# 10 yard can shots



## ChapmanHands (Oct 14, 2013)

Just a few shots with my newest maple shooter. Been living this design. Nothing works better for me.
Spalted maple slingshot laminate:


----------



## Charles (Aug 26, 2010)

Nice frame ... and very good shooting!

Cheers ... Charles


----------



## rockslinger (Nov 16, 2010)

Nice shooting bud! I like that frame!


----------



## Can-Opener (May 11, 2013)

Nice shooting  A beautiful frame


----------



## leon13 (Oct 4, 2012)

Really Nice slingshot & good video and great assist end


----------



## SmilingFury (Jul 2, 2013)

Nice frame and shooting. Good stuff.


----------



## oldmiser (Jan 22, 2014)

Thanks for sharing~~Good looking shooter....Fantastic Shooting.......~AKAOldmiser


----------



## Dayhiker (Mar 13, 2010)

Wish I could shoot that well.  (I hate you.)


----------



## The Pocket Shot (Sep 28, 2014)

Very nice look to that one.
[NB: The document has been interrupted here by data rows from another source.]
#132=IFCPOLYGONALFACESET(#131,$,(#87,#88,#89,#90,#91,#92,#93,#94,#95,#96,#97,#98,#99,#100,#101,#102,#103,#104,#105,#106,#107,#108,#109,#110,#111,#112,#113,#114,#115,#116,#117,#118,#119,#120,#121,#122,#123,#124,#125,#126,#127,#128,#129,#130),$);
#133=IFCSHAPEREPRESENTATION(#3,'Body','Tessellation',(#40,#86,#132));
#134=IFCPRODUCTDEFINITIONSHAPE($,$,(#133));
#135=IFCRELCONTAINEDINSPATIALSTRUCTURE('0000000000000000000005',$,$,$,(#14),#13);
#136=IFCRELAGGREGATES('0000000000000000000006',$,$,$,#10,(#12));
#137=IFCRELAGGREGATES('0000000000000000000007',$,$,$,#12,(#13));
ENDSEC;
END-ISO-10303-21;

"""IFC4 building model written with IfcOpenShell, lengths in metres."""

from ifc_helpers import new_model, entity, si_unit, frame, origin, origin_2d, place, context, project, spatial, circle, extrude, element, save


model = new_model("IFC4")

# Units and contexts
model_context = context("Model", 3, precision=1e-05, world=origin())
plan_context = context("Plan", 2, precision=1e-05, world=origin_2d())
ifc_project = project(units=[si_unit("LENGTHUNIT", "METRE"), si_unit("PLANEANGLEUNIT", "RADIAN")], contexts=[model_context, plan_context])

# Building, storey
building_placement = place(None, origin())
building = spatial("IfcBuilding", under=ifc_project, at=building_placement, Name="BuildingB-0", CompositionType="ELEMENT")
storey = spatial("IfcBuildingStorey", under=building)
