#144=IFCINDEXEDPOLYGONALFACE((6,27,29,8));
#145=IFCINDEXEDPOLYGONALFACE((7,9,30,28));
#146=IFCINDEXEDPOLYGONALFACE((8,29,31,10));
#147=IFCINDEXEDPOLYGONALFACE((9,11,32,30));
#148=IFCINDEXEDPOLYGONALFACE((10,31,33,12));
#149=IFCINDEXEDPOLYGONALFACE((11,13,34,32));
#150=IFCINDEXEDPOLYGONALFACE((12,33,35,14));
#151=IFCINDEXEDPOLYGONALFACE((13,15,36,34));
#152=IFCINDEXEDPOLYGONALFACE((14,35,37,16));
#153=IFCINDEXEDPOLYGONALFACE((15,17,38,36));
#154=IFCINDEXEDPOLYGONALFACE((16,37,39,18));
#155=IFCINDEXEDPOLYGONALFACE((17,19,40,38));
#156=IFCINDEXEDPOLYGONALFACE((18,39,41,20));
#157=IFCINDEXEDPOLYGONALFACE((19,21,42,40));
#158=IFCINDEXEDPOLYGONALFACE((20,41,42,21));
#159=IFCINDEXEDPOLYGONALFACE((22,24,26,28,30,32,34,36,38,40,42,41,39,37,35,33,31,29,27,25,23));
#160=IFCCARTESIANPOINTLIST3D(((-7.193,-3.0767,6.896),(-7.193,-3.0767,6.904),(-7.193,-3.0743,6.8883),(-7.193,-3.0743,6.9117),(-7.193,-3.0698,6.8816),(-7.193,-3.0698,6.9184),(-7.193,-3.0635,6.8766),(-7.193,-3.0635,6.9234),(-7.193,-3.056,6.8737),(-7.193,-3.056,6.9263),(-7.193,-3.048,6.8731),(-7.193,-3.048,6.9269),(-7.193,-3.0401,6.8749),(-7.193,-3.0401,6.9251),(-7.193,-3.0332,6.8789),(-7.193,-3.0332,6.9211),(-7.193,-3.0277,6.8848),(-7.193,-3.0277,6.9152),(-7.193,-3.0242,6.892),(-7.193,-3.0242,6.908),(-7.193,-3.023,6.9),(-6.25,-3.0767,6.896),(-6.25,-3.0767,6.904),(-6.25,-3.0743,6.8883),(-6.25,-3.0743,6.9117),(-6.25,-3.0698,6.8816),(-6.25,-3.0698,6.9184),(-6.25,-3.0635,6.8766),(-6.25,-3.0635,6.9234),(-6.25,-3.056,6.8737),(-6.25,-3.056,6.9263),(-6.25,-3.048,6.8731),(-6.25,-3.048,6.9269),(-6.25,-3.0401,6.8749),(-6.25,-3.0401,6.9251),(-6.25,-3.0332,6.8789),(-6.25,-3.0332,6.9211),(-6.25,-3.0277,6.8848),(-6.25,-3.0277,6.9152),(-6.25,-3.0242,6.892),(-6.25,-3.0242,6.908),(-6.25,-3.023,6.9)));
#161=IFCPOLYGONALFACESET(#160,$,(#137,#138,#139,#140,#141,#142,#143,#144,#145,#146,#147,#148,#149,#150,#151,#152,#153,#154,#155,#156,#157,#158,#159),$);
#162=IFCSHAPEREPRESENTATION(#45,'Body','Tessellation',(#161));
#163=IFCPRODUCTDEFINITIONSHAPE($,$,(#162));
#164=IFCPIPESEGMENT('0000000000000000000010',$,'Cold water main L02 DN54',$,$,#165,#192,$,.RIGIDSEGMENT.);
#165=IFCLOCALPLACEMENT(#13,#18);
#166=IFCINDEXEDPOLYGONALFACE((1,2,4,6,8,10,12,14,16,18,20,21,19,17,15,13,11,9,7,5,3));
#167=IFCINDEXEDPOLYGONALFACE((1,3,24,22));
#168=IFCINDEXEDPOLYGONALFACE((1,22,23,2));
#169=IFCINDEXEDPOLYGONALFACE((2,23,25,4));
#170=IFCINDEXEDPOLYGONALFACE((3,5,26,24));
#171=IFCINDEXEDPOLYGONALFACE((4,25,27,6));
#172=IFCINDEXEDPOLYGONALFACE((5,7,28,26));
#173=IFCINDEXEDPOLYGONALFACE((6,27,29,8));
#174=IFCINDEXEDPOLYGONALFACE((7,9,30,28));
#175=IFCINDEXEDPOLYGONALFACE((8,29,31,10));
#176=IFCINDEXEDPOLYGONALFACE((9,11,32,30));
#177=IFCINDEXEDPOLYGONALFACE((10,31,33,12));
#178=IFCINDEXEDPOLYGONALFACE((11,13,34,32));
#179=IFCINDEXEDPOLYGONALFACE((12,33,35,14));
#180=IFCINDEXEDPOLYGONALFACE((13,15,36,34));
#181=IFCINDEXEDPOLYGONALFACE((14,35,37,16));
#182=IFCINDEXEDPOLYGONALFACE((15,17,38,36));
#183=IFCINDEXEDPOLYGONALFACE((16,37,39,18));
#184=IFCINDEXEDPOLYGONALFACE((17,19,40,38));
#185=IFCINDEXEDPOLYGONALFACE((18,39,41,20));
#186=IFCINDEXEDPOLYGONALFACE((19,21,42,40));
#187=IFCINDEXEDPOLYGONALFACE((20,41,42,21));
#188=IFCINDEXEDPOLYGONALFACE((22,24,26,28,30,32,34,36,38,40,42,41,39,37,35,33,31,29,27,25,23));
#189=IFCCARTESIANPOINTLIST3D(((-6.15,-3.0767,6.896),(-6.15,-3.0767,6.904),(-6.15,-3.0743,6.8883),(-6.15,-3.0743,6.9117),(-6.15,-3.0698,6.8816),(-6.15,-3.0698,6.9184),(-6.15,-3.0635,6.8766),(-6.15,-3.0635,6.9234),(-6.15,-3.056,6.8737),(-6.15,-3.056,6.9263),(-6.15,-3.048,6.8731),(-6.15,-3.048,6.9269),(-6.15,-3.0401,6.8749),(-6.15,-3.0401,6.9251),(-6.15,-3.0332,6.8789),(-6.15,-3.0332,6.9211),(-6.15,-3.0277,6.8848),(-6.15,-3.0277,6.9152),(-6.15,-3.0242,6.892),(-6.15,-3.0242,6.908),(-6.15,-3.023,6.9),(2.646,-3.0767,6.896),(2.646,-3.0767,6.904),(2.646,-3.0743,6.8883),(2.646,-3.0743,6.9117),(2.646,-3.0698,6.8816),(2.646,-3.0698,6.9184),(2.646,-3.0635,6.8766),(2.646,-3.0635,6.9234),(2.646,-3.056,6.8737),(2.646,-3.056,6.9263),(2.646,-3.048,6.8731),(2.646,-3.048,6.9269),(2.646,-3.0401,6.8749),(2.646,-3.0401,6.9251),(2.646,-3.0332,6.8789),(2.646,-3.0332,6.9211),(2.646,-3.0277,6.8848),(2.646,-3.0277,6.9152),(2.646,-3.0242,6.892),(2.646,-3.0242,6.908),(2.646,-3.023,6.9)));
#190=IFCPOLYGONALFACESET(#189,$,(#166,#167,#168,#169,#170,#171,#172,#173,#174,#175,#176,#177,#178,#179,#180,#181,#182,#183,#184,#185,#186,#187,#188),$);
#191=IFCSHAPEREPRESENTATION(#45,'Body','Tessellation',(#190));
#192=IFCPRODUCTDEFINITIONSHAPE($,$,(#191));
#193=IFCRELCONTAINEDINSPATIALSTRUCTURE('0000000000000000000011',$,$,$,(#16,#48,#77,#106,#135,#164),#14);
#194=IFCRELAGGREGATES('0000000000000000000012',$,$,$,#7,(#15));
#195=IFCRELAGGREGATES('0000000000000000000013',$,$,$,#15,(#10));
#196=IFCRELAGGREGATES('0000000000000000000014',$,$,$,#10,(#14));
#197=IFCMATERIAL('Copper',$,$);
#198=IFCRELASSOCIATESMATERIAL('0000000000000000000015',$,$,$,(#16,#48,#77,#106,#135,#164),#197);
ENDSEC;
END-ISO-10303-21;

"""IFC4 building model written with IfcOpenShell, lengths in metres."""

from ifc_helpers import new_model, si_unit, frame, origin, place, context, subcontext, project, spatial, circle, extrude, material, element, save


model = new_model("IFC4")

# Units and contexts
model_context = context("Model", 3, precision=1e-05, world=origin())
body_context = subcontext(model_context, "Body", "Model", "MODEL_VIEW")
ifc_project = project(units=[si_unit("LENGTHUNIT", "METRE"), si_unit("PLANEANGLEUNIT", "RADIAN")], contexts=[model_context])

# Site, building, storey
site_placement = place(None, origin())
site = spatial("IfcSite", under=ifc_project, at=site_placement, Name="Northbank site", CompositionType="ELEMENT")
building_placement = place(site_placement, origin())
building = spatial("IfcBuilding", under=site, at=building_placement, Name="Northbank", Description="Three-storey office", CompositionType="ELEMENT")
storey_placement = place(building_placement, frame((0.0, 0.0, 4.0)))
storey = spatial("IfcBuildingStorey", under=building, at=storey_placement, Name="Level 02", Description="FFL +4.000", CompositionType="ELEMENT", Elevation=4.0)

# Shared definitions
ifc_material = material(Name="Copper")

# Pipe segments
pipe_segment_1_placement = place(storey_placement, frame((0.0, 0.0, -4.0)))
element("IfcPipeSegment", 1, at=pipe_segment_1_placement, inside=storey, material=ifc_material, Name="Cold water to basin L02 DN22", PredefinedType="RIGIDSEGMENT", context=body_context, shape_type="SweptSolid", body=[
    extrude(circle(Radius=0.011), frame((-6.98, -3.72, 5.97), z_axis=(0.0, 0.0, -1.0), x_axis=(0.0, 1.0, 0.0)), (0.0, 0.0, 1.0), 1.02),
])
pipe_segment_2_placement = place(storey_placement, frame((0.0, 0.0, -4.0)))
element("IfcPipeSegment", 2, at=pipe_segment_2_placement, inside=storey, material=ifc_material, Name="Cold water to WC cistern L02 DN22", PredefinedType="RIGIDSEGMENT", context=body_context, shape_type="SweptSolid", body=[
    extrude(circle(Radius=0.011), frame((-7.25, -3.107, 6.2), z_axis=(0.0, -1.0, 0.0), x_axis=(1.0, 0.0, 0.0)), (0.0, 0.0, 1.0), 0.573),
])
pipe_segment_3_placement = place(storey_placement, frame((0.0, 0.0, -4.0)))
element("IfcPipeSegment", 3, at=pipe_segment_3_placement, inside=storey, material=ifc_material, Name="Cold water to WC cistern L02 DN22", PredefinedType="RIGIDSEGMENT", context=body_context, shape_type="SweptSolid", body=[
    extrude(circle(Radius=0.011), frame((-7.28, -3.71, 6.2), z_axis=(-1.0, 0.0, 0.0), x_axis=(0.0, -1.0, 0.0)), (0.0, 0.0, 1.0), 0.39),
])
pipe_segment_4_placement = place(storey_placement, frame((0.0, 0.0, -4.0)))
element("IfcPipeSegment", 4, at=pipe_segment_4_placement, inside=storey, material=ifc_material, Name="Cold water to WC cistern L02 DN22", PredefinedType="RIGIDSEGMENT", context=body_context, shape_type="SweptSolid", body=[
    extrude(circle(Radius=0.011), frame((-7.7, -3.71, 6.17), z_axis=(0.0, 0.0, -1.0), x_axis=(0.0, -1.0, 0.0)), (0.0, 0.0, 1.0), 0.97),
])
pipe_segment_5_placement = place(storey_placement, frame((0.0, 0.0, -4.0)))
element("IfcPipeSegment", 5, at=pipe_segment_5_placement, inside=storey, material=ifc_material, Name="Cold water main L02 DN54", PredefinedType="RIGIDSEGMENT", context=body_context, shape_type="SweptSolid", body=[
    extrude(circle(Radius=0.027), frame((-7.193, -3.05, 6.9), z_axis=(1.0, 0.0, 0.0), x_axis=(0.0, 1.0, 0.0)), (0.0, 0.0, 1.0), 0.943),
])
Great shooting too.


----------



## Tag (Jun 11, 2014)

Nice shooting, looks like you have the perfect coach by your side


----------



## Albinogek (Jun 16, 2015)

Great shooting! Oh, almost forgot.. SWEET FRAME!! 

Sent from my iPhone using Tapatalk


----------



## omanico (May 29, 2015)

Very Nice Sling and good vid!!


----------